# About this exercise
Find the lines below that contain the string "IFCSHAPEREPRESENTATION". Copy each one.

# Information shown
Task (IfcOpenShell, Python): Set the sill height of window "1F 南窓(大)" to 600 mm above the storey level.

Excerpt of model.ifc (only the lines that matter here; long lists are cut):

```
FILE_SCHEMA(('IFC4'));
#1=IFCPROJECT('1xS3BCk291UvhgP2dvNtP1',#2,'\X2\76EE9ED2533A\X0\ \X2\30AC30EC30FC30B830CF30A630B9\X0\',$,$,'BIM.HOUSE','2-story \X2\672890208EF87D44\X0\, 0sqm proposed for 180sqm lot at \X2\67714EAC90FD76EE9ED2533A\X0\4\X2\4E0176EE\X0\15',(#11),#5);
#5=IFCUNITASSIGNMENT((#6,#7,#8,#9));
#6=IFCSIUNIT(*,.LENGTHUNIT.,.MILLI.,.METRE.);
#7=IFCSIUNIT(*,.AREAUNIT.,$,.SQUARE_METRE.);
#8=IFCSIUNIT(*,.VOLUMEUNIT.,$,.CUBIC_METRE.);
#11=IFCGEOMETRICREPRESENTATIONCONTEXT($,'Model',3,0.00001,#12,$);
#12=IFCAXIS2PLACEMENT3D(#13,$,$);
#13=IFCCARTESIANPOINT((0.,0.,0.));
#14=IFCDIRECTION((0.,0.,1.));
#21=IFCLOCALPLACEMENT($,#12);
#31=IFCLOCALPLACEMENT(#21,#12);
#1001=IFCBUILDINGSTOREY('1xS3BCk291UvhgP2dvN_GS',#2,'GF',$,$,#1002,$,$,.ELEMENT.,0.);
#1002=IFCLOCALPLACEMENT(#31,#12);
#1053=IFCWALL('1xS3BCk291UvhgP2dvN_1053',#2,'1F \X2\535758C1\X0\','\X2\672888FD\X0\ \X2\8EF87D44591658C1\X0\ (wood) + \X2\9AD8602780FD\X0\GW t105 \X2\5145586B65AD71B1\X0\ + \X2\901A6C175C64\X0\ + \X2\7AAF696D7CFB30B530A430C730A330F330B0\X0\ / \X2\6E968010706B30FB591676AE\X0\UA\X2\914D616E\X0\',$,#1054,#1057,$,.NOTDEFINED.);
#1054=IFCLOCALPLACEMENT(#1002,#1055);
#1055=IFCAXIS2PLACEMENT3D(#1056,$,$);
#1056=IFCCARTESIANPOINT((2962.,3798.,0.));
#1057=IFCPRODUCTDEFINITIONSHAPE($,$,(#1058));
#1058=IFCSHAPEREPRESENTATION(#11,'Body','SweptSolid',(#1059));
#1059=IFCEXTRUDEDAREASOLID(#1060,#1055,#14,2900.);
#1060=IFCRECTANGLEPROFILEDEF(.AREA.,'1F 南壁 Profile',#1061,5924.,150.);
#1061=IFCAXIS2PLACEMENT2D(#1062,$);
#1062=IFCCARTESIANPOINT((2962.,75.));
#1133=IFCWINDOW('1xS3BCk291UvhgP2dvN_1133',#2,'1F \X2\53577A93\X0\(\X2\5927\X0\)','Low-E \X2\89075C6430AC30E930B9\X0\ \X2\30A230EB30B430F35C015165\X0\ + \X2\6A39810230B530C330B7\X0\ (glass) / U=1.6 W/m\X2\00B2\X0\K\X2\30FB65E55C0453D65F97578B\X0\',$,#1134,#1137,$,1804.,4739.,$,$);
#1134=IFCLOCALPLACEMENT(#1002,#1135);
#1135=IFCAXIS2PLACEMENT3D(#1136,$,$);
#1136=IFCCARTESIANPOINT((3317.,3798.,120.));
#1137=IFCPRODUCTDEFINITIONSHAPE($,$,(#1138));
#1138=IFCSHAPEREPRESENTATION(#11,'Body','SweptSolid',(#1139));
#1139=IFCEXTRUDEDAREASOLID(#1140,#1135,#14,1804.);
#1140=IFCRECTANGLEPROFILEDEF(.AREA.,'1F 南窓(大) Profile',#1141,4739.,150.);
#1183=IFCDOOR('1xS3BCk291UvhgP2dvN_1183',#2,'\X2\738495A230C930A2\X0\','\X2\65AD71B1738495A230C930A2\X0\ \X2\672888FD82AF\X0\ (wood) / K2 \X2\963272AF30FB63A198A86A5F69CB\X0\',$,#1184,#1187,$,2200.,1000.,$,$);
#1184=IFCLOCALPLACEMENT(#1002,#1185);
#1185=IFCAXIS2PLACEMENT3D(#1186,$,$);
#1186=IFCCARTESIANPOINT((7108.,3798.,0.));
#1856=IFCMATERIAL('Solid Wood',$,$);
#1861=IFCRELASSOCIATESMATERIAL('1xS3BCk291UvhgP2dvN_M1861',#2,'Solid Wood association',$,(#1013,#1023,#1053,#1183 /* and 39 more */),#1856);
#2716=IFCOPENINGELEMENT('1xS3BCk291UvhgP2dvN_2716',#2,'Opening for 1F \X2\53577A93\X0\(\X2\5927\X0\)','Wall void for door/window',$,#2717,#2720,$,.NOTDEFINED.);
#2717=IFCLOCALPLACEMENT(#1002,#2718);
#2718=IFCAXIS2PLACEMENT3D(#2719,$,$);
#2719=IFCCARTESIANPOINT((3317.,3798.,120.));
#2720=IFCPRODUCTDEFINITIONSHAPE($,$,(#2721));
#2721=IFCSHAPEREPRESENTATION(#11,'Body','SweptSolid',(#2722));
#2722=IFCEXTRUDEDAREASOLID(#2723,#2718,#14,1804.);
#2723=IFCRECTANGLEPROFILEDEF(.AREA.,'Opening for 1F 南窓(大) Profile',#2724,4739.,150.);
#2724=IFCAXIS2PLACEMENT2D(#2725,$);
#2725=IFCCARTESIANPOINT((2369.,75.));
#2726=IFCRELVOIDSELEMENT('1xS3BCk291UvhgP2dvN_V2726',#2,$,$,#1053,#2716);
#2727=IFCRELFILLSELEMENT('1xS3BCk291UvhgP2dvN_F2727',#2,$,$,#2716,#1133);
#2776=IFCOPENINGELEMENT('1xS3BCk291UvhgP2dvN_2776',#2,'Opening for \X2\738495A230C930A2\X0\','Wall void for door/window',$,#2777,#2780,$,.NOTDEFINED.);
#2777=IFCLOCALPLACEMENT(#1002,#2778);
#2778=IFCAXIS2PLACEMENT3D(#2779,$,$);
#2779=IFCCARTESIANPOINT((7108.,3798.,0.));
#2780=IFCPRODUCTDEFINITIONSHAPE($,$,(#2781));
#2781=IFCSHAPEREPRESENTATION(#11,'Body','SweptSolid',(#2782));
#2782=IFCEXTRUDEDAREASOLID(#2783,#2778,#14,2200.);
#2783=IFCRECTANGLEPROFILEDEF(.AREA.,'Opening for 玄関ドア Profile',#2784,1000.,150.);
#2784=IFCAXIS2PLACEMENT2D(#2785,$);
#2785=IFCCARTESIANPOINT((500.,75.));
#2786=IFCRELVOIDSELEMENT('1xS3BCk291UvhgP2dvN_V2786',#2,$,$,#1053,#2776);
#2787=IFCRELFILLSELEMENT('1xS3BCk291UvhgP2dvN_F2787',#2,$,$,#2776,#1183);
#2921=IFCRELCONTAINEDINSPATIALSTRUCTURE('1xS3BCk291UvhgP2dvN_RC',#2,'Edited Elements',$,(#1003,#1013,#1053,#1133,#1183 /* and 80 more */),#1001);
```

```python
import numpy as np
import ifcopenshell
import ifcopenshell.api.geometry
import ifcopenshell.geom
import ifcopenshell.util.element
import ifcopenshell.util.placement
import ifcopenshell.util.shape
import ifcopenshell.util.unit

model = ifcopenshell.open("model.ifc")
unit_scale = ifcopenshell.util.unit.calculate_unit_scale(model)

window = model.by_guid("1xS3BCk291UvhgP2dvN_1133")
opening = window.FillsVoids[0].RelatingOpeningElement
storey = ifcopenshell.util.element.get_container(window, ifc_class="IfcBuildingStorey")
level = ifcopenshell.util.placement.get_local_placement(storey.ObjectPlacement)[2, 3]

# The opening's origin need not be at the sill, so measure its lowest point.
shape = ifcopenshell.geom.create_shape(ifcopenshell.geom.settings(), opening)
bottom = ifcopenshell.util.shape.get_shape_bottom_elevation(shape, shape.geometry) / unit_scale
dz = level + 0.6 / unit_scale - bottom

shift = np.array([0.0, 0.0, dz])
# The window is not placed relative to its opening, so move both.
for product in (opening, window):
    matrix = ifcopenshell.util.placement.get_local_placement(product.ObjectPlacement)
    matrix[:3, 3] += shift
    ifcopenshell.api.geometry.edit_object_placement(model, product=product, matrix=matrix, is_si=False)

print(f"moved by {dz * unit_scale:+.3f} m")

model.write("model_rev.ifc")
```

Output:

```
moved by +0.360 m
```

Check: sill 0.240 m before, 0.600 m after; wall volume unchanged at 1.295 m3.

# Task output
#1058=IFCSHAPEREPRESENTATION(#11,'Body','SweptSolid',(#1059));
#1138=IFCSHAPEREPRESENTATION(#11,'Body','SweptSolid',(#1139));
#2721=IFCSHAPEREPRESENTATION(#11,'Body','SweptSolid',(#2722));
#2781=IFCSHAPEREPRESENTATION(#11,'Body','SweptSolid',(#2782));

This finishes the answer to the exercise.